Study: Botox Could Prevent Spread of Gastric Cancer

In a mouse model, Botox injections were shown to slow the growth of gastric tumors.

In a preliminary study using a mouse model, researchers have shown that vagal innervation plays a big role in gastric tumorigenesis, and that denervation using Botox injections or other methods could help slow the cancer’s growth.

In previous work, “it has been demonstrated that vagotomy decreases gastric mucosal thickness and cellular proliferation,” wrote researchers led by Duan Chen, MD, PhD, of the Norwegian University of Science and Technology in Trondheim. “An epidemiological study showed that the risk of gastric cancer after vagotomy was not reduced during the first 10-year period, but was reduced by 50% during the second 10-year follow-up.”

To test that influence of innervation on gastric tumorigenesis, Chen’s group tried various methods of denervation on mice; results were published in August in Science Translational Medicine. Surgical denervation with vagotomy yielded striking results: 6 months after the surgery, tumor incidence was 17% in mice who underwent vagotomy and 86% in the mice that underwent pyloroplasty alone. They confirmed these results in two other gastric cancer mouse models.

To prove the primarily local effects of this denervation, they then tested injections of botulinum toxin A (Botox) into the gastric wall. Six months after injections, “tumor size, score for dysplasia, and number of proliferating cells were markedly reduced,” the authors wrote. The changes were further associated with attenuated scores for inflammation, epithelial defects, and others connected with tumorigenesis. The protective effect of both surgery and Botox was seen further along in the mouse lifespan as well, suggesting cancer progression could be slowed even later on in life.

Though the mouse model is clearly preliminary, there were positive signs of how the idea of denervation might be used in humans eventually. In mice that had undergone denervation, the effects of systemic chemotherapy with 5-FU and oxaliplatin were significantly enhanced. Survival was better in denervated mice than in those that received the chemotherapy alone. “Together, these findings suggest that the combination of denervation and chemotherapy has an enhanced effect on tumor growth and survival,” the authors wrote.
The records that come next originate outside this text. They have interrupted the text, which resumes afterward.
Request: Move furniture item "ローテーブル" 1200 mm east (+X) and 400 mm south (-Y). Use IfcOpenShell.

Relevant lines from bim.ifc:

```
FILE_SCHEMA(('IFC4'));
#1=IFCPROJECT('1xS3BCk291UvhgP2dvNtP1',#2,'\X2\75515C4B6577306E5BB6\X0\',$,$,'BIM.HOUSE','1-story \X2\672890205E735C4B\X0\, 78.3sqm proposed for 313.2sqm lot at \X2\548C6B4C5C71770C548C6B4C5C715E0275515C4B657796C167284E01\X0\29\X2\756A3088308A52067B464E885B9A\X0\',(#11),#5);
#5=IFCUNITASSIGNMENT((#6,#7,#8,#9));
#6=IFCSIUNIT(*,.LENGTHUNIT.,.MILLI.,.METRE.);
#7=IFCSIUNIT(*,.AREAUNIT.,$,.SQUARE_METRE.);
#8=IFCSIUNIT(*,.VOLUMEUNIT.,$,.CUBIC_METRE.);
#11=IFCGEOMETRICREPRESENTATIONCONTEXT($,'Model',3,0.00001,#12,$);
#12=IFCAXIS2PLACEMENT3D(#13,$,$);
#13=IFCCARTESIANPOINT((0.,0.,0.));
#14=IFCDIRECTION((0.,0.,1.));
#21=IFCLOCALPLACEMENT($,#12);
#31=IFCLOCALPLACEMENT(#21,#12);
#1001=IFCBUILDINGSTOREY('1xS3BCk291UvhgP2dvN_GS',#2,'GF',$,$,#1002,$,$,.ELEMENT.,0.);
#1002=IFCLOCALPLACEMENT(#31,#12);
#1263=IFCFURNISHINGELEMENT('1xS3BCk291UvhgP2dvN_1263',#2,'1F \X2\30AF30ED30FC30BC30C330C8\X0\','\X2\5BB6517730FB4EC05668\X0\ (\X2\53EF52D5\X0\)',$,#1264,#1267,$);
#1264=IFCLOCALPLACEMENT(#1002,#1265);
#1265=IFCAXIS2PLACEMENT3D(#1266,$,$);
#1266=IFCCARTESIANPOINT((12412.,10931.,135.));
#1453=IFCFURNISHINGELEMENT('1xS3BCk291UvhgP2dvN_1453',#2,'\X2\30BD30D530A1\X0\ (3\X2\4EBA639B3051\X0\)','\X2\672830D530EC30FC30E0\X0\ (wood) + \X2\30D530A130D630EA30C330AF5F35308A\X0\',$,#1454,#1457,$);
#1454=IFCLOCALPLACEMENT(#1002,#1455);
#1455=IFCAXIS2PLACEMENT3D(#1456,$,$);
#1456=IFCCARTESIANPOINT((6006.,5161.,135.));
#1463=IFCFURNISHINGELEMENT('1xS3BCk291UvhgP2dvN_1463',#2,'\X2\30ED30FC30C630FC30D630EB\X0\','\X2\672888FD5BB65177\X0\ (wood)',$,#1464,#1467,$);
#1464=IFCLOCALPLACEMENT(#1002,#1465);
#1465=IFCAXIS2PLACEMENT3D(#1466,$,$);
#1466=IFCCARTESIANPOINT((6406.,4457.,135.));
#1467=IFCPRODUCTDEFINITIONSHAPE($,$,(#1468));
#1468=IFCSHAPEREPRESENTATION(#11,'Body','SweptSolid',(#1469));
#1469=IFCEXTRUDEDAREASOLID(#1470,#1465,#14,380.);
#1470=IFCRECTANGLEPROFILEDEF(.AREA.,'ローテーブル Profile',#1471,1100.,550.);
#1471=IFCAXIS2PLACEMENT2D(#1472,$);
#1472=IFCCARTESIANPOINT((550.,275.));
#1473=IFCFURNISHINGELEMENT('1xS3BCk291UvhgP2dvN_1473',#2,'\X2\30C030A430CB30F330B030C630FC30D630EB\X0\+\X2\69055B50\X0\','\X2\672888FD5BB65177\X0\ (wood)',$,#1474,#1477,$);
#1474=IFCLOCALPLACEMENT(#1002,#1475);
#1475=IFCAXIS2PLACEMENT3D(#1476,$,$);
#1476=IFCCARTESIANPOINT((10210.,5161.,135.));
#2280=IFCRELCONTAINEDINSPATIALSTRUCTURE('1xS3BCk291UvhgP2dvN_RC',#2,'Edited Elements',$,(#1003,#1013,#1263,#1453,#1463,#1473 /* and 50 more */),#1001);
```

```python
import ifcopenshell
import ifcopenshell.api.geometry
import ifcopenshell.util.placement
import ifcopenshell.util.unit

model = ifcopenshell.open("bim.ifc")
unit_scale = ifcopenshell.util.unit.calculate_unit_scale(model)

item = model.by_id(1463)
matrix = ifcopenshell.util.placement.get_local_placement(item.ObjectPlacement)
matrix[0, 3] += 1.2 / unit_scale
matrix[1, 3] -= 0.4 / unit_scale
ifcopenshell.api.geometry.edit_object_placement(model, product=item, matrix=matrix, is_si=False)

print(ifcopenshell.util.placement.get_local_placement(item.ObjectPlacement).round(3) + 0.0)

model.write("bim_rev.ifc")
```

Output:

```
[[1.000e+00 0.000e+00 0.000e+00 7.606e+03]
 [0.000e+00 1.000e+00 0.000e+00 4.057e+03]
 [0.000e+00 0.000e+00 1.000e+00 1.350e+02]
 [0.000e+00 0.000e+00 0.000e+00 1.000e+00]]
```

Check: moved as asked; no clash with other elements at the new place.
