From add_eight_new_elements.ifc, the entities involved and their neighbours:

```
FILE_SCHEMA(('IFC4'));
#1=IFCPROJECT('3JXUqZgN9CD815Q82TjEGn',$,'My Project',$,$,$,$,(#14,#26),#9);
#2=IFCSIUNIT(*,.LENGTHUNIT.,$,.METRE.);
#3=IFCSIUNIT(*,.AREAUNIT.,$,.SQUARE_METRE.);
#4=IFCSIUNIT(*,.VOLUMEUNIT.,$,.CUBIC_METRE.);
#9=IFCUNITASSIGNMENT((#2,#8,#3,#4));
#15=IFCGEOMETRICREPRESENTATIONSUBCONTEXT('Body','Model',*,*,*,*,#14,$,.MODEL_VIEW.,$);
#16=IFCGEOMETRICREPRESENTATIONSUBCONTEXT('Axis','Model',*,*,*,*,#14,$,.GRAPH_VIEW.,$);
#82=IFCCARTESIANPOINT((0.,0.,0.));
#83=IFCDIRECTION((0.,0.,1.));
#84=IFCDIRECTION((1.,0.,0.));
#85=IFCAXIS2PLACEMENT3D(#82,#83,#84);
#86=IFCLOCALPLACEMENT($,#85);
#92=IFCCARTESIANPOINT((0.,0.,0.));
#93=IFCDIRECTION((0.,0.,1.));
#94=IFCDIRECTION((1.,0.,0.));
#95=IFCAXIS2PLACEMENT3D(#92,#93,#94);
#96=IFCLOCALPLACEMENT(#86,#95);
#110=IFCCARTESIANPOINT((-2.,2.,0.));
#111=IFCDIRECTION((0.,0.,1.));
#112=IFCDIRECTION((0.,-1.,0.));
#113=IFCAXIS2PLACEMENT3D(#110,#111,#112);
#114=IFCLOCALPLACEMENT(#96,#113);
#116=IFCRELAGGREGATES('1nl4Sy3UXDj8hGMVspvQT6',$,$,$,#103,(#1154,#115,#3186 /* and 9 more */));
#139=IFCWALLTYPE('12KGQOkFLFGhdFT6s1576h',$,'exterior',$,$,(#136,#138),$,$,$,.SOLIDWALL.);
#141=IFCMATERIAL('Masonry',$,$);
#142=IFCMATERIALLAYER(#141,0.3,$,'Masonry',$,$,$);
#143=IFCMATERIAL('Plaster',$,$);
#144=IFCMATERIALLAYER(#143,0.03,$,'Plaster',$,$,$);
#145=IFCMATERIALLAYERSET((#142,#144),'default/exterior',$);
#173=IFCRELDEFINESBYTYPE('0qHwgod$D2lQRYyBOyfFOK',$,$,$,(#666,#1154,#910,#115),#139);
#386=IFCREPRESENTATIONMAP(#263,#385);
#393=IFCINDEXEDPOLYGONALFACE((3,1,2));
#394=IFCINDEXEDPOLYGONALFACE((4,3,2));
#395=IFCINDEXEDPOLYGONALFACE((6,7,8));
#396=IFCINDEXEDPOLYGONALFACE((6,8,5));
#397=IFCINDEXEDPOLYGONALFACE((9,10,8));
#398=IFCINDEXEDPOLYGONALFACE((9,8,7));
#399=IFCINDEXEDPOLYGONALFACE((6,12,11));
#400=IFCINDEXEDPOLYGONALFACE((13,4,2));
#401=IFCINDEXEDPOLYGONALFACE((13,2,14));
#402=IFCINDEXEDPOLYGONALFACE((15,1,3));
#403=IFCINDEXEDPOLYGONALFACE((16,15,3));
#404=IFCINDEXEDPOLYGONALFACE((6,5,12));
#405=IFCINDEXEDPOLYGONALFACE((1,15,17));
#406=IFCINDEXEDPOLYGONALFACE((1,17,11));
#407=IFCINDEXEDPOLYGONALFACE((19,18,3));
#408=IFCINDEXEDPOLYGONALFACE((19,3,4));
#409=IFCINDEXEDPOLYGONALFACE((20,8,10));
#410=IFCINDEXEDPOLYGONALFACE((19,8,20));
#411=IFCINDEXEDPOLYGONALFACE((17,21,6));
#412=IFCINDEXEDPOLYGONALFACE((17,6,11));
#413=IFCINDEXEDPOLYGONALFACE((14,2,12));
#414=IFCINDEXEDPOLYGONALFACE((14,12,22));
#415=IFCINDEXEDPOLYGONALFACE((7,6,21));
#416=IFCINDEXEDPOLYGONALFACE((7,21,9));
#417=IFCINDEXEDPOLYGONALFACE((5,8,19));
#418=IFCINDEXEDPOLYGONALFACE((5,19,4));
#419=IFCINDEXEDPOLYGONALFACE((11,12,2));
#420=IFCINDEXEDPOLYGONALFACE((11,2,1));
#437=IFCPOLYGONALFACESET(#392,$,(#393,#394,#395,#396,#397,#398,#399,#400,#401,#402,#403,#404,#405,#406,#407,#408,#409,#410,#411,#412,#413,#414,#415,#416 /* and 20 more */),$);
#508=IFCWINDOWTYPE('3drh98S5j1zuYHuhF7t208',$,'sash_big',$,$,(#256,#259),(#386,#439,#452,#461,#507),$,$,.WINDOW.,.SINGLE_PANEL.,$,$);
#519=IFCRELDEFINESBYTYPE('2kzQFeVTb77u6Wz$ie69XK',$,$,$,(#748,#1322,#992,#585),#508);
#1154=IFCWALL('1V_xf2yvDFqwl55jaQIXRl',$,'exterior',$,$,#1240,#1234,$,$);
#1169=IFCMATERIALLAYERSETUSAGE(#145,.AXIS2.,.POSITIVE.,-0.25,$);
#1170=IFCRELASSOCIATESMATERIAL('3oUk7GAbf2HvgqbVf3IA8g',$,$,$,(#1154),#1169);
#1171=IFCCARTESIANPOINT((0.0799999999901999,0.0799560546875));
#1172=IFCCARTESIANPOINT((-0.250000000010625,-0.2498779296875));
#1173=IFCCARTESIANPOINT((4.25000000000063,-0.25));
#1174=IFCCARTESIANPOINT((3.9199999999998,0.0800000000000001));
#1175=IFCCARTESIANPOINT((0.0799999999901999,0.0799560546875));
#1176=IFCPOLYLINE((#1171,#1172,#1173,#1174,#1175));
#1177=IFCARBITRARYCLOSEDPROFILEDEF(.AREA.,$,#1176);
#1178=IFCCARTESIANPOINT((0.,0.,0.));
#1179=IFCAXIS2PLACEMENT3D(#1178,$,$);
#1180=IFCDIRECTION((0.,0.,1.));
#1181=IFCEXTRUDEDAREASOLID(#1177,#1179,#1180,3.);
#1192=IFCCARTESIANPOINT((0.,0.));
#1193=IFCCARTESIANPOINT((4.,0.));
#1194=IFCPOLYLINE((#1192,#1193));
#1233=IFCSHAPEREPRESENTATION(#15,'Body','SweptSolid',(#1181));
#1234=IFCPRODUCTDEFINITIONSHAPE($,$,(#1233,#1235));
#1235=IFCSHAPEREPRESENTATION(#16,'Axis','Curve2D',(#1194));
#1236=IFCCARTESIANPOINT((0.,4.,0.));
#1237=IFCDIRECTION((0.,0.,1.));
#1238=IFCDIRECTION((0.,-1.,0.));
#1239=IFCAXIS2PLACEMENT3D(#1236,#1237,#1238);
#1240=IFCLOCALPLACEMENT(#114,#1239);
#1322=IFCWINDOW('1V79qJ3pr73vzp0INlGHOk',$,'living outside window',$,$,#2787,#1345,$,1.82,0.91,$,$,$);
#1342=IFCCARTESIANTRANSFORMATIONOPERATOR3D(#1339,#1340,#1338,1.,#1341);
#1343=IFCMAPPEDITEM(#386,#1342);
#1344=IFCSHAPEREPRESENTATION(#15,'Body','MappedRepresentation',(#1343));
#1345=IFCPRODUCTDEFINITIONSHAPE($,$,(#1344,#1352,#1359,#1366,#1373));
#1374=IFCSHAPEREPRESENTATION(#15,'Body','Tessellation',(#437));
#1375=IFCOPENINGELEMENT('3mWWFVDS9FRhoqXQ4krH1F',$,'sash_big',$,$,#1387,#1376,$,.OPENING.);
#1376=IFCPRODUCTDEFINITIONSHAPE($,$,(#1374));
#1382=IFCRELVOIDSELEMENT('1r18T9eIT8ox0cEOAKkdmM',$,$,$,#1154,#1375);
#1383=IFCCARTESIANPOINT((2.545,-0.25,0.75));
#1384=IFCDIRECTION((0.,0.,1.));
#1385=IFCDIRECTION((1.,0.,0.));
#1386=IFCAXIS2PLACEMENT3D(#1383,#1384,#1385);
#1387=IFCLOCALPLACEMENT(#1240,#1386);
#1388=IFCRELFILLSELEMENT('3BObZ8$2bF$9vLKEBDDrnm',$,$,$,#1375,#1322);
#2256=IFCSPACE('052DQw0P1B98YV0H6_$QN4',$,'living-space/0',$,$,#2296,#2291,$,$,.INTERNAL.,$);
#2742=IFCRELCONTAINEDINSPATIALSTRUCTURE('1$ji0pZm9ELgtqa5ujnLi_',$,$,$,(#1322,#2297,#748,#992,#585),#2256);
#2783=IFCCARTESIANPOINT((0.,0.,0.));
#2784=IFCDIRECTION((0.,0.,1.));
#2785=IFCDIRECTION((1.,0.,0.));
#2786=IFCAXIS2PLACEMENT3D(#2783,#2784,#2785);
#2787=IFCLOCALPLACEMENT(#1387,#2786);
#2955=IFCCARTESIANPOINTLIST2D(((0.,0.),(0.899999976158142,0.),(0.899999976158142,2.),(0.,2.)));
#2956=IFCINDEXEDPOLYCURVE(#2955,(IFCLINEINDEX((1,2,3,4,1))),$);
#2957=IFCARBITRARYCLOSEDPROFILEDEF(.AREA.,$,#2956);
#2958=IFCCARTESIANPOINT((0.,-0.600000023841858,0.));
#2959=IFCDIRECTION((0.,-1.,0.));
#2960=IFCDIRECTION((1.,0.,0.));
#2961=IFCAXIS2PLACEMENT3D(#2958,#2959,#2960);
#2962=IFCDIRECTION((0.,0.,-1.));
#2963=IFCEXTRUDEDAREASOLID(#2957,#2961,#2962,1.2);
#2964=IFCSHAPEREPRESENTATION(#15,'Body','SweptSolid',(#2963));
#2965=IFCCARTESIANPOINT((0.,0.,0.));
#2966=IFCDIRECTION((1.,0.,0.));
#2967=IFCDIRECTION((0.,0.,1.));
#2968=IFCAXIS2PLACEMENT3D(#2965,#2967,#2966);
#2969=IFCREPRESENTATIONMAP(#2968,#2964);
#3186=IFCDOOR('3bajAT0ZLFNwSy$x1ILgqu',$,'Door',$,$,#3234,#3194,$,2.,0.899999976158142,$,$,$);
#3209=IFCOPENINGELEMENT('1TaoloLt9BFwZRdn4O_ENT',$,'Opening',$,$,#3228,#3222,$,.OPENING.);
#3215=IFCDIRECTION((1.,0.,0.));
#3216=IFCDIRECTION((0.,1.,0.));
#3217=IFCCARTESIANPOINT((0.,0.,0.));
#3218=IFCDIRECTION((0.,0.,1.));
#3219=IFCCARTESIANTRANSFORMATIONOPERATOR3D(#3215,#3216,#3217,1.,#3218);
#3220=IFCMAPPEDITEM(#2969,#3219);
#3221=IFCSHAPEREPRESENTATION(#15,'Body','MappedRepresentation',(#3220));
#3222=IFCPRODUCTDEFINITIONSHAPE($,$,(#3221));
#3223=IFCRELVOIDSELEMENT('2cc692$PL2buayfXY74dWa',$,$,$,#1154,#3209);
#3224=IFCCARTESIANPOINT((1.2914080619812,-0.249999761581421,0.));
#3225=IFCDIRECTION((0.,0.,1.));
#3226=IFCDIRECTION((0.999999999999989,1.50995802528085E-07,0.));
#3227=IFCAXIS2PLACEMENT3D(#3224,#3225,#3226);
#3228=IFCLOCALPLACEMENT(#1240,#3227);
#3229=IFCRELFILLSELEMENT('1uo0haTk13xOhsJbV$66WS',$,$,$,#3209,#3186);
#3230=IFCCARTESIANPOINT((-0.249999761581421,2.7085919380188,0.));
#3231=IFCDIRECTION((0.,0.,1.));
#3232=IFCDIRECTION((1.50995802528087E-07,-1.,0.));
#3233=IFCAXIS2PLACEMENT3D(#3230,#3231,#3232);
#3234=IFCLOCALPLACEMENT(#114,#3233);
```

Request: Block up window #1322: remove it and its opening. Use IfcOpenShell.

```python
import ifcopenshell
import ifcopenshell.api.feature
import ifcopenshell.api.root
import ifcopenshell.geom
import ifcopenshell.util.shape

model = ifcopenshell.open("add_eight_new_elements.ifc")
settings = ifcopenshell.geom.settings()


def volume(element):
    """Net volume in cubic metres, openings subtracted."""
    shape = ifcopenshell.geom.create_shape(settings, element)
    return ifcopenshell.util.shape.get_volume(shape.geometry)


window = model.by_guid("1V79qJ3pr73vzp0INlGHOk")
opening = window.FillsVoids[0].RelatingOpeningElement
wall = opening.VoidsElements[0].RelatingBuildingElement
before = volume(wall)

ifcopenshell.api.root.remove_product(model, product=window)
ifcopenshell.api.feature.remove_feature(model, feature=opening)

after = volume(wall)

print(f"wall volume {before:.3f} -> {after:.3f} m3")

model.write("add_eight_new_elements_updated.ifc")
```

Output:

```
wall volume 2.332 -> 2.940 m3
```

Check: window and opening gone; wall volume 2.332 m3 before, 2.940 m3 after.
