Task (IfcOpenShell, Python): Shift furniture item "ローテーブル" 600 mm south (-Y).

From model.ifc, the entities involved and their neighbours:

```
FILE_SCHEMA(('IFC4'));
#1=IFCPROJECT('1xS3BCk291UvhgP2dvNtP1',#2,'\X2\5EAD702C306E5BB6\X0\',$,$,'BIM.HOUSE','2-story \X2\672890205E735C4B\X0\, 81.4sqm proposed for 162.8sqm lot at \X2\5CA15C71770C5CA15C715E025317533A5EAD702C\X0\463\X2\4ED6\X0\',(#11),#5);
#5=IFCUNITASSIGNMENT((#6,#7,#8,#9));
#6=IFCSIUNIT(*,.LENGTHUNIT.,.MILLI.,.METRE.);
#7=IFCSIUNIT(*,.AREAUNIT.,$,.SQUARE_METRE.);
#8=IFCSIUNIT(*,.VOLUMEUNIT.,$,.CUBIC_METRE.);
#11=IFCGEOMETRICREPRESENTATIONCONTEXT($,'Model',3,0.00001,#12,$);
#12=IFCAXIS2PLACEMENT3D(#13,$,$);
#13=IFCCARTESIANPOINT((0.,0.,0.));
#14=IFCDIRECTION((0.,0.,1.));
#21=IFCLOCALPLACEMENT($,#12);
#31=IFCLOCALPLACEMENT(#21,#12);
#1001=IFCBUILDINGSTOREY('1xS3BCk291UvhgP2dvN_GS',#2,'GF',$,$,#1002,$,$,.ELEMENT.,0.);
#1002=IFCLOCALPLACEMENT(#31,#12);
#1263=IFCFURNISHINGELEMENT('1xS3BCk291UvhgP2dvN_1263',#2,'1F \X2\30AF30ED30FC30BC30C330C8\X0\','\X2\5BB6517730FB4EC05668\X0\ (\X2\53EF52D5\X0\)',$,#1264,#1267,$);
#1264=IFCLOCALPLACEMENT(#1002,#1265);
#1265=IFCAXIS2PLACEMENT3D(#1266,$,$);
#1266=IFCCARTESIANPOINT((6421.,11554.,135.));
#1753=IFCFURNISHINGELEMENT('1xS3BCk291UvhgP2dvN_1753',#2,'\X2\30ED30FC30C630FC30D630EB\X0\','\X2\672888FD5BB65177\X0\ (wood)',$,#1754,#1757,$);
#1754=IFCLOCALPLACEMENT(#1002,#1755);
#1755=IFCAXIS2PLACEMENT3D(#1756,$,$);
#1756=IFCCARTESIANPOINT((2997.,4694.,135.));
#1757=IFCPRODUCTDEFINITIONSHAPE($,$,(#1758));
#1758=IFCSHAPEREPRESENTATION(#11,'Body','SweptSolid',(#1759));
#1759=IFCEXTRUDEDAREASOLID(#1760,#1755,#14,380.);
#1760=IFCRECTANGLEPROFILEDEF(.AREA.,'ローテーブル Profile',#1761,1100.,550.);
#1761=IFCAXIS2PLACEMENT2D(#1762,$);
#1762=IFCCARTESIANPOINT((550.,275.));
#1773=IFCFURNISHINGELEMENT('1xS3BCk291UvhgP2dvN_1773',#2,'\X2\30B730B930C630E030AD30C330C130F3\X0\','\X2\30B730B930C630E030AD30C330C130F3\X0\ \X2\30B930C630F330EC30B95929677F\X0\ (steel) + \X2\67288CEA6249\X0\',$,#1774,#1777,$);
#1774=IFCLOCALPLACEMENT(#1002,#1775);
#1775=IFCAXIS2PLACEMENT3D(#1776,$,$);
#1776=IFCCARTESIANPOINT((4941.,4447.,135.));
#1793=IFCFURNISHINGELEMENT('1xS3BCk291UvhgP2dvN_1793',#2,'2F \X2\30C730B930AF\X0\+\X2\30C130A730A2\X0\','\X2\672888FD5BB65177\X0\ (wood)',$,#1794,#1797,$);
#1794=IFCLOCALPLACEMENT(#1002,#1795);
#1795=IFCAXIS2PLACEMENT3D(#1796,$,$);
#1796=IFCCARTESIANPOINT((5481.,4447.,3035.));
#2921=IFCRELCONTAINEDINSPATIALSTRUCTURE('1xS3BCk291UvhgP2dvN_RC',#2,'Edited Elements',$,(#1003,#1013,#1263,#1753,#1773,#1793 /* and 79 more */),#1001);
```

```python
import ifcopenshell
import ifcopenshell.api.geometry
import ifcopenshell.util.placement
import ifcopenshell.util.unit

model = ifcopenshell.open("model.ifc")
unit_scale = ifcopenshell.util.unit.calculate_unit_scale(model)

item = model.by_guid("1xS3BCk291UvhgP2dvN_1753")
matrix = ifcopenshell.util.placement.get_local_placement(item.ObjectPlacement)
matrix[1, 3] -= 0.6 / unit_scale
ifcopenshell.api.geometry.edit_object_placement(model, product=item, matrix=matrix, is_si=False)

print(ifcopenshell.util.placement.get_local_placement(item.ObjectPlacement).round(3) + 0.0)

model.write("model_v2.ifc")
```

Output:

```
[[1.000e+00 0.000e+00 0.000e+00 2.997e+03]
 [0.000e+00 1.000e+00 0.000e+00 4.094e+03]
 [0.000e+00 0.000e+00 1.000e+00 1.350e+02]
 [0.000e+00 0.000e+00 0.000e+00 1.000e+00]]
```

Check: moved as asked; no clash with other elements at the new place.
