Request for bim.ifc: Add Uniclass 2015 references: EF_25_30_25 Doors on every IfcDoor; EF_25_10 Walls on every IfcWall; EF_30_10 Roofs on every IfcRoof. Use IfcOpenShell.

First a look at what the model holds.

```python
import ifcopenshell

model = ifcopenshell.open("bim.ifc")
print(model.schema)
print("classifications:", [c.Name for c in model.by_type("IfcClassification")])
for ifc_class in ("IfcDoor", "IfcRoof", "IfcStair", "IfcWall", "IfcWindow"):
    print(ifc_class, len(model.by_type(ifc_class)))
```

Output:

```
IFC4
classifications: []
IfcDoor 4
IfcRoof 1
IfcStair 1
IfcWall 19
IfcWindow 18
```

```python
import ifcopenshell
import ifcopenshell.api.classification

model = ifcopenshell.open("bim.ifc")

system = ifcopenshell.api.classification.add_classification(model, classification="Uniclass 2015")

codes = {
    "IfcDoor": ("EF_25_30_25", "Doors"),
    "IfcWall": ("EF_25_10", "Walls"),
    "IfcRoof": ("EF_30_10", "Roofs"),
}
for ifc_class, (code, name) in codes.items():
    products = model.by_type(ifc_class)
    ifcopenshell.api.classification.add_reference(
        model, products=products, classification=system, identification=code, name=name
    )
    print(code, len(products))

model.write("bim_v2.ifc")
```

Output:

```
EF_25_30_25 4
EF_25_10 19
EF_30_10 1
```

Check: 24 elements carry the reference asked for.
The mechanisms behind the effects of denervation appear to involve gastric Wnt signaling, a pathway that helps regulate gastrointestinal stem cells and tumorigenesis. The investigators evaluated three cohorts of human gastric cancer patients and found that Wnt signaling was activated in cancerous tissue when compared to adjacent noncancerous tissue.

“Our finding that nerves play an important role in cancer initiation and progression highlights a component of the tumor microenvironment contributing the cancer stem cell niche,” the authors concluded. “The data strongly support the notion that denervation and cholinergic antagonism, in combination with other therapies, could represent a viable approach for the treatment of gastric cancer and possibly other solid malignancies.”